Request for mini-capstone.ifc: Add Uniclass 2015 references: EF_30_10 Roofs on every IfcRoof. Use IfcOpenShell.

First a look at what the model holds.

```python
import ifcopenshell

model = ifcopenshell.open("mini-capstone.ifc")
print(model.schema)
print("classifications:", [c.Name for c in model.by_type("IfcClassification")])
for ifc_class in ("IfcDoor", "IfcRoof", "IfcStair", "IfcWall", "IfcWindow"):
    print(ifc_class, len(model.by_type(ifc_class)))
```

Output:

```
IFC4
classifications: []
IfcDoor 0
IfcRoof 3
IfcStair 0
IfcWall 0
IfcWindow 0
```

```python
import ifcopenshell
import ifcopenshell.api.classification

model = ifcopenshell.open("mini-capstone.ifc")

system = ifcopenshell.api.classification.add_classification(model, classification="Uniclass 2015")

codes = {
    "IfcRoof": ("EF_30_10", "Roofs"),
}
for ifc_class, (code, name) in codes.items():
    products = model.by_type(ifc_class)
    ifcopenshell.api.classification.add_reference(
        model, products=products, classification=system, identification=code, name=name
    )
    print(code, len(products))

model.write("mini-capstone_updated.ifc")
```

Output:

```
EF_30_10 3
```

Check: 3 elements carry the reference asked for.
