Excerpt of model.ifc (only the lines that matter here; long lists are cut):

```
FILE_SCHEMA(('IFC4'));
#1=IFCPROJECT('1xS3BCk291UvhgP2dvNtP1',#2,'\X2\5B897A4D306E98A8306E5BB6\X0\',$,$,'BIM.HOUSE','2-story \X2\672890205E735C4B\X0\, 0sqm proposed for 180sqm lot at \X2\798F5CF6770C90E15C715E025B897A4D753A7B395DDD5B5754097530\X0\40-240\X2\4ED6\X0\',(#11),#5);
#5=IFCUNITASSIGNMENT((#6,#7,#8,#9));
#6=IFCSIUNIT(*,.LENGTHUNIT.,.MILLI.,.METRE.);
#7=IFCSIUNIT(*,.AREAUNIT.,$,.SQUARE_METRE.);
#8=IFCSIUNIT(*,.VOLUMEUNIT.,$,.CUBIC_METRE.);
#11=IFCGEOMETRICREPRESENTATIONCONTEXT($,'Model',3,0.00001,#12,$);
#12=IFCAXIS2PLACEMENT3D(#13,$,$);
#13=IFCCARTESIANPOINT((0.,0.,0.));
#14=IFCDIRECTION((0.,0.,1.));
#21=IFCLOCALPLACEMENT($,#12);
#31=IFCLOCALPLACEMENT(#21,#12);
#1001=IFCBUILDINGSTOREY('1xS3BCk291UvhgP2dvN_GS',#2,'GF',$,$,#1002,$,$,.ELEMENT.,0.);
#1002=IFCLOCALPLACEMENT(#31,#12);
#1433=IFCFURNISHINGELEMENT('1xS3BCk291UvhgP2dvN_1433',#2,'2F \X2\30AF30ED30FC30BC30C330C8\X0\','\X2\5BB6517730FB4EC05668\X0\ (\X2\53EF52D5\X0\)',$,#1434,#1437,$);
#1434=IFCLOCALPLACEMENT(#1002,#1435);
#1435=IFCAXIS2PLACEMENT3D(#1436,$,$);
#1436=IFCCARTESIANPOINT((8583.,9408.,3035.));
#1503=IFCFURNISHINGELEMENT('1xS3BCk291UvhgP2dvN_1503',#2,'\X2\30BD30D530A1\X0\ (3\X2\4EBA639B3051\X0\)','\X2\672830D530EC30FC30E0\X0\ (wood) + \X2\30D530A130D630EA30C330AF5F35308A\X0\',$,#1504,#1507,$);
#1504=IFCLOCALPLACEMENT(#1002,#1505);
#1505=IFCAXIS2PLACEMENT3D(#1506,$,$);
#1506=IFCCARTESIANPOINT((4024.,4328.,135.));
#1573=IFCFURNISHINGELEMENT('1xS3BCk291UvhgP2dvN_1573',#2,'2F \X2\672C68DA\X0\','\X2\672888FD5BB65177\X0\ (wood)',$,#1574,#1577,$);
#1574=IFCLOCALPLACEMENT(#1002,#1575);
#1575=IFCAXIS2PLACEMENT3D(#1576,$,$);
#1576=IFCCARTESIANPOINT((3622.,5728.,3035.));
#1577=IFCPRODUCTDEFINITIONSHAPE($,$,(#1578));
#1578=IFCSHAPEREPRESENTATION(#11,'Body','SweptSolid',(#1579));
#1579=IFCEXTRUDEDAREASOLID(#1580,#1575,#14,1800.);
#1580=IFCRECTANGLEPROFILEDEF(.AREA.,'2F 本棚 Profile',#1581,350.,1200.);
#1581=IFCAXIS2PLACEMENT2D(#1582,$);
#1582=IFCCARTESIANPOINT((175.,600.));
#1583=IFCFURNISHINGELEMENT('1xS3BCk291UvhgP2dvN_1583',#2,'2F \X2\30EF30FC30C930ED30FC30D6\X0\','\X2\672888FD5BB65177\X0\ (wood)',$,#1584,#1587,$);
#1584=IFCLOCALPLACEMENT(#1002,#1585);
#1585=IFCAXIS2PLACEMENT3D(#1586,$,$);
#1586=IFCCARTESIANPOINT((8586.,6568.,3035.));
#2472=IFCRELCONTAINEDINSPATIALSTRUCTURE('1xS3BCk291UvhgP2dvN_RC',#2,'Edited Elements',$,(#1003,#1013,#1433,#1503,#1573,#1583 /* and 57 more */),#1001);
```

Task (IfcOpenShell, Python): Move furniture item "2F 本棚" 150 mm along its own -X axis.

```python
import ifcopenshell
import ifcopenshell.api.geometry
import ifcopenshell.util.placement
import ifcopenshell.util.unit

model = ifcopenshell.open("model.ifc")
unit_scale = ifcopenshell.util.unit.calculate_unit_scale(model)

item = model.by_guid("1xS3BCk291UvhgP2dvN_1573")
matrix = ifcopenshell.util.placement.get_local_placement(item.ObjectPlacement)
matrix[:3, 3] -= matrix[:3, 0] * 0.15 / unit_scale
ifcopenshell.api.geometry.edit_object_placement(model, product=item, matrix=matrix, is_si=False)

print(ifcopenshell.util.placement.get_local_placement(item.ObjectPlacement).round(3) + 0.0)

model.write("model_v2.ifc")
```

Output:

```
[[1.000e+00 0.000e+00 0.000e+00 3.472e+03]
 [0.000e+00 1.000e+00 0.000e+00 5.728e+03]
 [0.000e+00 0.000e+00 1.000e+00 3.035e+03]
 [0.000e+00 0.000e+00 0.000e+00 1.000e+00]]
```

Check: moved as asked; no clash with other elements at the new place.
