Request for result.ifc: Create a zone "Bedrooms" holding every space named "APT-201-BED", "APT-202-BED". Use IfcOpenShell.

First a look at what the model holds.

```python
import ifcopenshell

model = ifcopenshell.open("result.ifc")
print(model.schema)
seen = {}
for space in model.by_type("IfcSpace"):
    seen[space.Name] = seen.get(space.Name, 0) + 1
for name, count in sorted(seen.items(), key=str):
    print(count, "x", name)
print("zones:", [z.Name for z in model.by_type("IfcZone")][:20])
```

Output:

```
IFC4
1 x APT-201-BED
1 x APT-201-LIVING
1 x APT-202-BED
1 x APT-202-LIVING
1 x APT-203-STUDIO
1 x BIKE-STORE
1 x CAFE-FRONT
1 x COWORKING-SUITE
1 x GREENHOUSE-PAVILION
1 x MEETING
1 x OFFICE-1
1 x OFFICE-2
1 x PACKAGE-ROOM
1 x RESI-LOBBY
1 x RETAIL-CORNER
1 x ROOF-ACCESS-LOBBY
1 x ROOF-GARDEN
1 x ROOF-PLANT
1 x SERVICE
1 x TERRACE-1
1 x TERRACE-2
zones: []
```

```python
import ifcopenshell
import ifcopenshell.api.group
import ifcopenshell.api.root

model = ifcopenshell.open("result.ifc")

names = {"APT-201-BED", "APT-202-BED"}
spaces = [s for s in model.by_type("IfcSpace") if s.Name in names]

zone = ifcopenshell.api.root.create_entity(model, ifc_class="IfcZone", name="Bedrooms")
ifcopenshell.api.group.assign_group(model, products=spaces, group=zone)
print(len(spaces), "spaces in", zone.Name)

model.write("result_edited.ifc")
```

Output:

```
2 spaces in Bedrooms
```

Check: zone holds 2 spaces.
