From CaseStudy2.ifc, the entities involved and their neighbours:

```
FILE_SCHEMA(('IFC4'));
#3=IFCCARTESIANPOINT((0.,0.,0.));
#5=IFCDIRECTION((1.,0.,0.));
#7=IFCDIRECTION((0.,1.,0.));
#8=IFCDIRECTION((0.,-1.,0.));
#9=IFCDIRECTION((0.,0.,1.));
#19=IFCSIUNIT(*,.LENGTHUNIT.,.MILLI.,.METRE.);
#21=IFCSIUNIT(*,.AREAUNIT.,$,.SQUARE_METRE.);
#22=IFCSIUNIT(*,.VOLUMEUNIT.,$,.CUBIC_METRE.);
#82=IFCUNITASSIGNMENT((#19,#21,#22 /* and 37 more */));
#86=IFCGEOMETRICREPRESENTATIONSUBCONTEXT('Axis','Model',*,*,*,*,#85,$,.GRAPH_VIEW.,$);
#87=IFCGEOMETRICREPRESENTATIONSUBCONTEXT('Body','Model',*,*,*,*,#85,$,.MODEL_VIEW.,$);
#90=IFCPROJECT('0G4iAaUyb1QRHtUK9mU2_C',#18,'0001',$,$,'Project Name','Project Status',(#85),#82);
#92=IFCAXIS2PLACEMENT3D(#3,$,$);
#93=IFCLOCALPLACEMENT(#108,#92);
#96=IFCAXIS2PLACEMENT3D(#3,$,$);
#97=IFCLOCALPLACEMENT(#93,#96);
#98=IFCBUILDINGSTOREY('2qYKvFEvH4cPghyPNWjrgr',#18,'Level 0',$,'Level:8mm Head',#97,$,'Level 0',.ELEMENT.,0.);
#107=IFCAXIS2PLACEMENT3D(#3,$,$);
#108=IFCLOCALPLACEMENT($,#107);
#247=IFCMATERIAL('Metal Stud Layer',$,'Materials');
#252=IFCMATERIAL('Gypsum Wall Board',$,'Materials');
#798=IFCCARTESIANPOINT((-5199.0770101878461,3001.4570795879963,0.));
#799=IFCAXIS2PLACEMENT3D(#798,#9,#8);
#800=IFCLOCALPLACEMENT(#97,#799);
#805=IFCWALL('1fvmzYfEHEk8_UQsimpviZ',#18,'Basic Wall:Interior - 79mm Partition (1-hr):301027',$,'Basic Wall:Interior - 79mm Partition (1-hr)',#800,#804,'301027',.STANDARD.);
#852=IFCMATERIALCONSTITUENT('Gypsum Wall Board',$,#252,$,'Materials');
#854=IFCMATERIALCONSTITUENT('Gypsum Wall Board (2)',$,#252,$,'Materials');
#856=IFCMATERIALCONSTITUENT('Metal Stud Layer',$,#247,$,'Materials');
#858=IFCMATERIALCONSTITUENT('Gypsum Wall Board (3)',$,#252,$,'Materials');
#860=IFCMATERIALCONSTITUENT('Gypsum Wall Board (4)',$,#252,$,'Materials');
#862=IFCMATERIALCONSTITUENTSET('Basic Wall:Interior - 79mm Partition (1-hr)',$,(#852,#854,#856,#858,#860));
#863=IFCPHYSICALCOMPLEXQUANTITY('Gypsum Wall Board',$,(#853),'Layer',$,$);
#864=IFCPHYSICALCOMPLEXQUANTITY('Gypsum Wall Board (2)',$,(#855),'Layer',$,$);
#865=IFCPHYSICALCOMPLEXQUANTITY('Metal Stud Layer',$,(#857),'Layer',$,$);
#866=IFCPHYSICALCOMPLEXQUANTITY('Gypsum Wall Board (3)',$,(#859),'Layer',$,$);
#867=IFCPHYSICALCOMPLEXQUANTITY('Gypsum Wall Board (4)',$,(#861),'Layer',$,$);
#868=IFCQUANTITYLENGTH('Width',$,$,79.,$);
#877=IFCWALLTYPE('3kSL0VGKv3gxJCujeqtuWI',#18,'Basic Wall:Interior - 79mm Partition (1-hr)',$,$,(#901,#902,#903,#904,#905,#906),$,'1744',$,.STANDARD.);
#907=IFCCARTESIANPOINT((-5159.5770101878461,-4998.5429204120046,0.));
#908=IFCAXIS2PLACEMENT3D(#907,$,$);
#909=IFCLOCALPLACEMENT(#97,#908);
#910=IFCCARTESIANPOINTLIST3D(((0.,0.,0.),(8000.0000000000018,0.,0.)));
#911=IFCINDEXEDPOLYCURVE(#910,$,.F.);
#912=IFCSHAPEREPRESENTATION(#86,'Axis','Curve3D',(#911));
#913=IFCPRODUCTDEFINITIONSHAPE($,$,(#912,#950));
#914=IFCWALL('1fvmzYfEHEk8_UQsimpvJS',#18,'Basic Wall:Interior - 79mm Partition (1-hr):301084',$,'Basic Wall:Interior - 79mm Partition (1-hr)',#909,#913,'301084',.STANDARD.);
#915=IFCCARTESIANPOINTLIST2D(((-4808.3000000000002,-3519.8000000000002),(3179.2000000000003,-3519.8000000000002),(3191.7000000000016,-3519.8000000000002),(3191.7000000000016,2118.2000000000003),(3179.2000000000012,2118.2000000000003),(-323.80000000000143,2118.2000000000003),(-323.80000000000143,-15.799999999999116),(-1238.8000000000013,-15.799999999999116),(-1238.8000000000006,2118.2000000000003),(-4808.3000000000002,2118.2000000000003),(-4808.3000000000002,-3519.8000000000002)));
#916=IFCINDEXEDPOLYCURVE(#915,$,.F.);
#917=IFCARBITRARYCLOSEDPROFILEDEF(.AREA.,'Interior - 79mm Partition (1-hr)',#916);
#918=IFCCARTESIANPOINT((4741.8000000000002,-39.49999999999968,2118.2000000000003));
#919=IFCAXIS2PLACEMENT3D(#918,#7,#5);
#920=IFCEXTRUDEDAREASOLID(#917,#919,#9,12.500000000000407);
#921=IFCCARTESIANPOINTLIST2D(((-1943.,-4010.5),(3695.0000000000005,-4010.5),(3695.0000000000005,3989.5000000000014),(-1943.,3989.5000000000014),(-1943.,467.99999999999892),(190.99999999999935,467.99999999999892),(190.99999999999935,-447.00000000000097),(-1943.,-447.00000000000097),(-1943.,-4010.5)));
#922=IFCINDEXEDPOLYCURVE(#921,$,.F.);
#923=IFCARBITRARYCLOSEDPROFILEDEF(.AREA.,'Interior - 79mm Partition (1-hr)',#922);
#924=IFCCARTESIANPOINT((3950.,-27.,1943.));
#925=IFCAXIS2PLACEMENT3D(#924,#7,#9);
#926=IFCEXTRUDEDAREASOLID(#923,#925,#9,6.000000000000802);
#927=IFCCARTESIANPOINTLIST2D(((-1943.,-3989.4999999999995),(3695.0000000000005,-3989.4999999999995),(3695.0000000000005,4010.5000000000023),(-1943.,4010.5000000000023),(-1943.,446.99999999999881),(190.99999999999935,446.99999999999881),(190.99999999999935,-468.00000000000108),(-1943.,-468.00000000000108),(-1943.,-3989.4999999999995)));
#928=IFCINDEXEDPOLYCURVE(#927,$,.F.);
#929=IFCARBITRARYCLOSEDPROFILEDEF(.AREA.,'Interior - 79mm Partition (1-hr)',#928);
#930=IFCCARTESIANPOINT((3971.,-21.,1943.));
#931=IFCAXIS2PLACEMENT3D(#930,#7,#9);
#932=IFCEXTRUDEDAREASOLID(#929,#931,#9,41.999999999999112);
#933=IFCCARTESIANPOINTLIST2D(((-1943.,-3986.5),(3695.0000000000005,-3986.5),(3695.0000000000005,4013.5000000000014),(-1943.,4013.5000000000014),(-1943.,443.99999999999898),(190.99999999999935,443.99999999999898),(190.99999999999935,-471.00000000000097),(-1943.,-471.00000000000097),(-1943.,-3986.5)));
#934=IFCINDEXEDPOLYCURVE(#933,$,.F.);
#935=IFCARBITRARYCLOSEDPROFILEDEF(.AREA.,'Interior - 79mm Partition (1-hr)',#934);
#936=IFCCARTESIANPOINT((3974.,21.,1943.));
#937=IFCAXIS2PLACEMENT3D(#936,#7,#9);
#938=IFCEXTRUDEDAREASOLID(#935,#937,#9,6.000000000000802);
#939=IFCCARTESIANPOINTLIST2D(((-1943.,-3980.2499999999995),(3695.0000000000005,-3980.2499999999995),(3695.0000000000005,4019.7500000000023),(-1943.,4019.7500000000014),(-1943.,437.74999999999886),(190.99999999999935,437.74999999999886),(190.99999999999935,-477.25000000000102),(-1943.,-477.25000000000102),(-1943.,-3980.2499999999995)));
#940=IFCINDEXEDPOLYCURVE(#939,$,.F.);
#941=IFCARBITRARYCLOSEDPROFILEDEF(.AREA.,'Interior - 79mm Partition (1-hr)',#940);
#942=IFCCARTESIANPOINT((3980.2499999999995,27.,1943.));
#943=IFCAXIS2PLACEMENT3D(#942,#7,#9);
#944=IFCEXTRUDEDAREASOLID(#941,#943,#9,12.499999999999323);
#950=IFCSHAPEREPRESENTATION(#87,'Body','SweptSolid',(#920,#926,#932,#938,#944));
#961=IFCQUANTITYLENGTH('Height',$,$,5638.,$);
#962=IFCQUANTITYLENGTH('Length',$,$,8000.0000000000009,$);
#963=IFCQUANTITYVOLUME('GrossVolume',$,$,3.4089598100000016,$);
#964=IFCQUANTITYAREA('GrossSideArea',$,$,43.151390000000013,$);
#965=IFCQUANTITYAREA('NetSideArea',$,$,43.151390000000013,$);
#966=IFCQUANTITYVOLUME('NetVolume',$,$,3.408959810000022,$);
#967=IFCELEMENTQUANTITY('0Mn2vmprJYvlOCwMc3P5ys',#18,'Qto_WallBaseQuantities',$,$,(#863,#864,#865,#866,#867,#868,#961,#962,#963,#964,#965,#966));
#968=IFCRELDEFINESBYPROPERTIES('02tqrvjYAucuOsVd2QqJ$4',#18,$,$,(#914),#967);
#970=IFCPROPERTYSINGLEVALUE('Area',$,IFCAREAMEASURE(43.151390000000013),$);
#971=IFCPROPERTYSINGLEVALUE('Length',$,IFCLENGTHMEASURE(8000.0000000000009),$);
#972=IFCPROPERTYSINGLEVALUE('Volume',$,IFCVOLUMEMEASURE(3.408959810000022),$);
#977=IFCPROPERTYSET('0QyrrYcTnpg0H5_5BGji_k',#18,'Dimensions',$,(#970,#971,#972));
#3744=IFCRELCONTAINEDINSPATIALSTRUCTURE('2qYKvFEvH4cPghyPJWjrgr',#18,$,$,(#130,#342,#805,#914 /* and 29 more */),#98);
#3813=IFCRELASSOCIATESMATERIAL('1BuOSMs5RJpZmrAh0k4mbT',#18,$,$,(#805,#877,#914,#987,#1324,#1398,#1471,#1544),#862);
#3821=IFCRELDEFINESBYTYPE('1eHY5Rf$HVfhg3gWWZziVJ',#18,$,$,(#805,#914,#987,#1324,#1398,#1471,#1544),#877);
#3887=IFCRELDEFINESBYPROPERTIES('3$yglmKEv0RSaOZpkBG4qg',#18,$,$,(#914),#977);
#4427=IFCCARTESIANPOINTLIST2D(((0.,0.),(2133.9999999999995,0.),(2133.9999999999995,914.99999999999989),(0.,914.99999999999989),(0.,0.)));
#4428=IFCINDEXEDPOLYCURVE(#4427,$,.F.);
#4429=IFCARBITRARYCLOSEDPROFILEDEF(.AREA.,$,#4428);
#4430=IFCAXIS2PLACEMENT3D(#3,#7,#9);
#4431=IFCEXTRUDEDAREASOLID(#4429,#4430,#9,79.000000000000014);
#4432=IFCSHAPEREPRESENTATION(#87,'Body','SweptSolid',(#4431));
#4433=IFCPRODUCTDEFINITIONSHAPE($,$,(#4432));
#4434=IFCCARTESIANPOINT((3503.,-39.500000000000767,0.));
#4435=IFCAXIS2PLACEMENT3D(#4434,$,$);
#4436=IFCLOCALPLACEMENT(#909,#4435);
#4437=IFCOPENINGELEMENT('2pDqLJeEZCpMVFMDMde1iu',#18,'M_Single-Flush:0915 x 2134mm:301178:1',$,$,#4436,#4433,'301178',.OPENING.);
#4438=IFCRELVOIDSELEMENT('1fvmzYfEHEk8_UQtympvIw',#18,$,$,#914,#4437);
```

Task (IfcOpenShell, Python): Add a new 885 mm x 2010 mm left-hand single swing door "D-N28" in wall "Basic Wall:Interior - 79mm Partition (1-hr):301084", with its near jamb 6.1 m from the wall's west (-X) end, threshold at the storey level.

```python
import numpy as np
import ifcopenshell
import ifcopenshell.api.feature
import ifcopenshell.api.geometry
import ifcopenshell.api.pset
import ifcopenshell.api.root
import ifcopenshell.api.spatial
import ifcopenshell.geom
import ifcopenshell.util.element
import ifcopenshell.util.placement
import ifcopenshell.util.representation
import ifcopenshell.util.shape
import ifcopenshell.util.unit

model = ifcopenshell.open("CaseStudy2.ifc")
unit_scale = ifcopenshell.util.unit.calculate_unit_scale(model)
area_scale = ifcopenshell.util.unit.calculate_unit_scale(model, "AREAUNIT")
volume_scale = ifcopenshell.util.unit.calculate_unit_scale(model, "VOLUMEUNIT")
settings = ifcopenshell.geom.settings()


def volume(element):
    """Net volume in cubic metres, openings subtracted."""
    shape = ifcopenshell.geom.create_shape(settings, element)
    return ifcopenshell.util.shape.get_volume(shape.geometry)


wall = model.by_id(914)
storey = ifcopenshell.util.element.get_container(wall, ifc_class="IfcBuildingStorey")
context = ifcopenshell.util.representation.get_context(model, "Model", "Body", "MODEL_VIEW")
before = volume(wall)

width, height, from_end, sill = 0.885, 2.01, 6.1, 0.0  # metres

# The wall runs along its own X axis, and the end named is its -X end.
wall_shape = ifcopenshell.geom.create_shape(settings, wall)
x, y, z = ifcopenshell.util.shape.get_vertices(wall_shape.geometry).T
start = x.min() + from_end
face, thickness = float(y.min()), float(y.max() - y.min())
wall_matrix = ifcopenshell.util.placement.get_local_placement(wall.ObjectPlacement)
level = ifcopenshell.util.placement.get_local_placement(storey.ObjectPlacement)[2, 3]


def in_wall(x, y):
    """Placement at x, y metres in the wall's axes, at sill height."""
    matrix = wall_matrix.copy()
    matrix[:, 3] = wall_matrix @ np.array([x / unit_scale, y / unit_scale, 0.0, 1.0])
    matrix[2, 3] = level + sill / unit_scale
    return matrix


# Opening: a box that overshoots both wall faces by 50 mm.
opening = ifcopenshell.api.root.create_entity(model, ifc_class="IfcOpeningElement", predefined_type="OPENING")
box = ifcopenshell.api.geometry.add_wall_representation(
    model, context=context, length=width, height=height, thickness=thickness + 0.1
)
ifcopenshell.api.geometry.assign_representation(model, product=opening, representation=box)
ifcopenshell.api.geometry.edit_object_placement(model, product=opening, matrix=in_wall(start, face - 0.05), is_si=False)
ifcopenshell.api.feature.add_feature(model, feature=opening, element=wall)

door = ifcopenshell.api.root.create_entity(model, ifc_class="IfcDoor", name="D-N28", predefined_type="DOOR")
door.OverallWidth, door.OverallHeight = width / unit_scale, height / unit_scale
door.OperationType = "SINGLE_SWING_LEFT"
body = ifcopenshell.api.geometry.add_door_representation(
    model,
    context=context,
    overall_width=door.OverallWidth,
    overall_height=door.OverallHeight,
    operation_type="SINGLE_SWING_LEFT",
    lining_properties={"LiningDepth": thickness / unit_scale, "ThresholdDepth": thickness / unit_scale},
)
ifcopenshell.api.geometry.assign_representation(model, product=door, representation=body)
ifcopenshell.api.spatial.assign_container(model, products=[door], relating_structure=storey)
ifcopenshell.api.feature.add_filling(model, opening=opening, element=door)

# The lining spans the wall, so the door starts at the wall face.
ifcopenshell.api.geometry.edit_object_placement(model, product=door, matrix=in_wall(start, face), is_si=False)

after = volume(wall)

# Update the wall's stored quantities.
qto = model.by_id(ifcopenshell.util.element.get_pset(wall, "Qto_WallBaseQuantities", should_inherit=False)["id"])
ifcopenshell.api.pset.edit_qto(model, qto=qto, properties={
    "NetSideArea": after / thickness / area_scale,
    "NetVolume": after / volume_scale,
})
pset = model.by_id(ifcopenshell.util.element.get_pset(wall, "Dimensions", should_inherit=False)["id"])
ifcopenshell.api.pset.edit_pset(model, pset=pset, properties={
    "Area": model.create_entity("IfcAreaMeasure", after / thickness / area_scale),
    "Volume": model.create_entity("IfcVolumeMeasure", after / volume_scale),
})

print(f"wall volume {before:.3f} -> {after:.3f} m3")

model.write("CaseStudy2_rev.ifc")
```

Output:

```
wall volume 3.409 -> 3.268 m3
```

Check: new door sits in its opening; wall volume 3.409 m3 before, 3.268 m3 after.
────────
Looking at the records, state how many lines contain "IFCPROJECT" and write nothing besides that number.

**ANSWER BOX:** 2